— ACTIVITY —
Extract all lines from the data beneath that include the word "auto".

— GIVEN DATA —
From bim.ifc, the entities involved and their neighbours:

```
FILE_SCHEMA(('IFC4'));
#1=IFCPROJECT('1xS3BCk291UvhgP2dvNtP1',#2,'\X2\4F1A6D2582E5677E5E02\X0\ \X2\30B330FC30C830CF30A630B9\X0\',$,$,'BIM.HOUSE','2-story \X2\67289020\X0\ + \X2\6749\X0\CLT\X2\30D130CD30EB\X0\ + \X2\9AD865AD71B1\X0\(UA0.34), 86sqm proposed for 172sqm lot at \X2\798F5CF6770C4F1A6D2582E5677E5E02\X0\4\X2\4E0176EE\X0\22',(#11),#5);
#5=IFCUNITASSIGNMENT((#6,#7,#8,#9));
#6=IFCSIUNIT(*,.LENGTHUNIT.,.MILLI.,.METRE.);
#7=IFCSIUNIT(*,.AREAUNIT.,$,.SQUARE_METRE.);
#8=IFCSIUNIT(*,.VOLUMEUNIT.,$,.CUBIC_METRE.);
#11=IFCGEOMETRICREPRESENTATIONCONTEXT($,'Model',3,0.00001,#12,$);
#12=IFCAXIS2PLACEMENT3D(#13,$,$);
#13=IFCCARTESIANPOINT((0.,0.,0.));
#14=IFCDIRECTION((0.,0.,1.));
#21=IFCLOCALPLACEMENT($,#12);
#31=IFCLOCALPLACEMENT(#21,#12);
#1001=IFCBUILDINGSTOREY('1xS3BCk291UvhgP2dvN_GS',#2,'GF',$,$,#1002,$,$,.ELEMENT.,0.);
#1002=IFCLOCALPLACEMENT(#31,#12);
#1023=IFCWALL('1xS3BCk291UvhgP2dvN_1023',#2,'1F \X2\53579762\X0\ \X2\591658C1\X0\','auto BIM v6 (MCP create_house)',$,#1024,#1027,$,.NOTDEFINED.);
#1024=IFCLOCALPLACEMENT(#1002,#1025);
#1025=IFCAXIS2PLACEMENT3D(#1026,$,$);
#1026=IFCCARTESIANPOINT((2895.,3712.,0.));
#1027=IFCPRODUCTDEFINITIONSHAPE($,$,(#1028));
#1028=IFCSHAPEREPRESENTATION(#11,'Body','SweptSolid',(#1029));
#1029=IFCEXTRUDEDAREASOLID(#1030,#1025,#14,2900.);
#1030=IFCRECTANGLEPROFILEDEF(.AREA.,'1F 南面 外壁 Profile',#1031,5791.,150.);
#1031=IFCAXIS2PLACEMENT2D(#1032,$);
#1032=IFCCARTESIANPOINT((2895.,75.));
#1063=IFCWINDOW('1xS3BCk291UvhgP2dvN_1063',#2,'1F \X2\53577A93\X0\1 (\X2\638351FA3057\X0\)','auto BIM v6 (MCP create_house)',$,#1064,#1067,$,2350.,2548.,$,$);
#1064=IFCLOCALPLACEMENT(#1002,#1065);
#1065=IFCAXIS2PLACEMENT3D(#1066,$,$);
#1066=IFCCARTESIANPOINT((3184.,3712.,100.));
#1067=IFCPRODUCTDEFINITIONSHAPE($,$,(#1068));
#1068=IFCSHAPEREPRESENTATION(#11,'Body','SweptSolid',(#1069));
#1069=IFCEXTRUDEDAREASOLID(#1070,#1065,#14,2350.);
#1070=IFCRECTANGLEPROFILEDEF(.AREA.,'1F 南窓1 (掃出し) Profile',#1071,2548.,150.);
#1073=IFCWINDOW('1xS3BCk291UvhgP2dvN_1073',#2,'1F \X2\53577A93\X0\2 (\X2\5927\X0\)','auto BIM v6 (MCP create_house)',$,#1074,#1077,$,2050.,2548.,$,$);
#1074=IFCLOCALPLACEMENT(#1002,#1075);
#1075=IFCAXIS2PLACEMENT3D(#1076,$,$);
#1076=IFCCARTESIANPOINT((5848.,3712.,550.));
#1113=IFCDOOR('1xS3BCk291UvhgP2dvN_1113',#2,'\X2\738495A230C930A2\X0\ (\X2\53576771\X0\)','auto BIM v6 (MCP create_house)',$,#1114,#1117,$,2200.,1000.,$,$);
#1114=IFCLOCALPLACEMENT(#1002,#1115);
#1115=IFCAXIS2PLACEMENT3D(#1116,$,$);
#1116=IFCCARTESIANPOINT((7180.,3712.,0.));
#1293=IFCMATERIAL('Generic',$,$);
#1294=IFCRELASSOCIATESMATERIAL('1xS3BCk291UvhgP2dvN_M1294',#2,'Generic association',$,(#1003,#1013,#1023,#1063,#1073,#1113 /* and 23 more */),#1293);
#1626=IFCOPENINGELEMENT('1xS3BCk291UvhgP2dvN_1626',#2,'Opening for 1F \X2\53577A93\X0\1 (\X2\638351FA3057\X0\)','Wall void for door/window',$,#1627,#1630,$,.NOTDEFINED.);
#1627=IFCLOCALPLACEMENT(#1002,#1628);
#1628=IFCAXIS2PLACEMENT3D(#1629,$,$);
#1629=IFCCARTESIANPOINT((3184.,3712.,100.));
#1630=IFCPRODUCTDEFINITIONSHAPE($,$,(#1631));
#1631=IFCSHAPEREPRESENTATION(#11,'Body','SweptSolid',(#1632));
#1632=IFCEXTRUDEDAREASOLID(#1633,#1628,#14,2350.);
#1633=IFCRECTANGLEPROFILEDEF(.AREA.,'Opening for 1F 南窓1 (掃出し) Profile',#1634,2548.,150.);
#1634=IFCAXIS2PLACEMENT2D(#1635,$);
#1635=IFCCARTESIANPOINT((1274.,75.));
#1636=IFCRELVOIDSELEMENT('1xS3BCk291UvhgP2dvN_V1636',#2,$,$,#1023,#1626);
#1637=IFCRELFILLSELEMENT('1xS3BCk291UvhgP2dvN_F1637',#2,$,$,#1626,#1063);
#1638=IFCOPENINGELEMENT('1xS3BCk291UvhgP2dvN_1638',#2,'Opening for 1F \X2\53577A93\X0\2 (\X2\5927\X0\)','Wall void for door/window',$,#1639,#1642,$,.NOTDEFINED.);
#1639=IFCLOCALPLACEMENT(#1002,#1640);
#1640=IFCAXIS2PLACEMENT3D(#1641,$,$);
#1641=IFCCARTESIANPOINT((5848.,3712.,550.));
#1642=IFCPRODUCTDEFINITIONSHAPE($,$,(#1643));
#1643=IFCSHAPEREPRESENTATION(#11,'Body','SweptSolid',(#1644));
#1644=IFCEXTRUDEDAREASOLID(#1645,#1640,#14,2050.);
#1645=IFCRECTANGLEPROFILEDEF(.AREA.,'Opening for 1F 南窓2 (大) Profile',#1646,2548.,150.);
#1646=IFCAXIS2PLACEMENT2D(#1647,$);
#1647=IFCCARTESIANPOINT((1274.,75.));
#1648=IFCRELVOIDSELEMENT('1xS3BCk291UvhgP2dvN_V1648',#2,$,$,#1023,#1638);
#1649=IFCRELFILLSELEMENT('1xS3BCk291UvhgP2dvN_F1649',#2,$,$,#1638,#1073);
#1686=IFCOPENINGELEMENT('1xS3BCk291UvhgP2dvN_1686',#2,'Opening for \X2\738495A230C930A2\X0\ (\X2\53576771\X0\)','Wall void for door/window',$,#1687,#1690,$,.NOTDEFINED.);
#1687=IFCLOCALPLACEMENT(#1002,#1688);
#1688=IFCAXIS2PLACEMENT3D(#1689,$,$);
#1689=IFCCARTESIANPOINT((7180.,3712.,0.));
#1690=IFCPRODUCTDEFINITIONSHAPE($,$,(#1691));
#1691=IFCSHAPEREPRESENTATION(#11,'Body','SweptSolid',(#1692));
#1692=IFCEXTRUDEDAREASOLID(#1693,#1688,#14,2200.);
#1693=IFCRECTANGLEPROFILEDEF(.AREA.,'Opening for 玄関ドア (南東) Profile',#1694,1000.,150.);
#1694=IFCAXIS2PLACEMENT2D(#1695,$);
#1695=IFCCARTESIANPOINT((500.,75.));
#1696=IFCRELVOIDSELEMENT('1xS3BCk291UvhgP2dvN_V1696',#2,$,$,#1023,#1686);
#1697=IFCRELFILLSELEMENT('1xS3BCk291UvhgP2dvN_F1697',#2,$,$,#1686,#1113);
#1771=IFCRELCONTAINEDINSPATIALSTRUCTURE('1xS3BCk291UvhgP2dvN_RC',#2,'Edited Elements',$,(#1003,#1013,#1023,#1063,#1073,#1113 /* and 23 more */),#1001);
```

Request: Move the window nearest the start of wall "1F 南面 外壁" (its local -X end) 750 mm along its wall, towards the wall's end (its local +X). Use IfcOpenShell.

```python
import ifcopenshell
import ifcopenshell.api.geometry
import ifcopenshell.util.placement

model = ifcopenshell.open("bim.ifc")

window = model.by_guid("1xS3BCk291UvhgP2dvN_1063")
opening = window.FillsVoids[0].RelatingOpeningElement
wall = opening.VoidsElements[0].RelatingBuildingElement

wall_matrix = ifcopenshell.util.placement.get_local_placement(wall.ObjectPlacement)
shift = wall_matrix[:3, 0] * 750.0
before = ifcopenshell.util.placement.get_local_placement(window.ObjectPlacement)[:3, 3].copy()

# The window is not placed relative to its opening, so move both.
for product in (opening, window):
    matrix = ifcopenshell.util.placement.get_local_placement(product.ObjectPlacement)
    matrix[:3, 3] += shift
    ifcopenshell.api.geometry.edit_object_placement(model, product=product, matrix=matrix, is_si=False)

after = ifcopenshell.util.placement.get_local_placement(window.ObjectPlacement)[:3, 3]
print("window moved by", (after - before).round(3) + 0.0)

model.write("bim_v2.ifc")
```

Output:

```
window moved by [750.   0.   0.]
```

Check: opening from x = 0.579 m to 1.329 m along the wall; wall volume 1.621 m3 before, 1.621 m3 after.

— ANSWER AREA —
#1023=IFCWALL('1xS3BCk291UvhgP2dvN_1023',#2,'1F \X2\53579762\X0\ \X2\591658C1\X0\','auto BIM v6 (MCP create_house)',$,#1024,#1027,$,.NOTDEFINED.);
#1063=IFCWINDOW('1xS3BCk291UvhgP2dvN_1063',#2,'1F \X2\53577A93\X0\1 (\X2\638351FA3057\X0\)','auto BIM v6 (MCP create_house)',$,#1064,#1067,$,2350.,2548.,$,$);
#1073=IFCWINDOW('1xS3BCk291UvhgP2dvN_1073',#2,'1F \X2\53577A93\X0\2 (\X2\5927\X0\)','auto BIM v6 (MCP create_house)',$,#1074,#1077,$,2050.,2548.,$,$);
#1113=IFCDOOR('1xS3BCk291UvhgP2dvN_1113',#2,'\X2\738495A230C930A2\X0\ (\X2\53576771\X0\)','auto BIM v6 (MCP create_house)',$,#1114,#1117,$,2200.,1000.,$,$);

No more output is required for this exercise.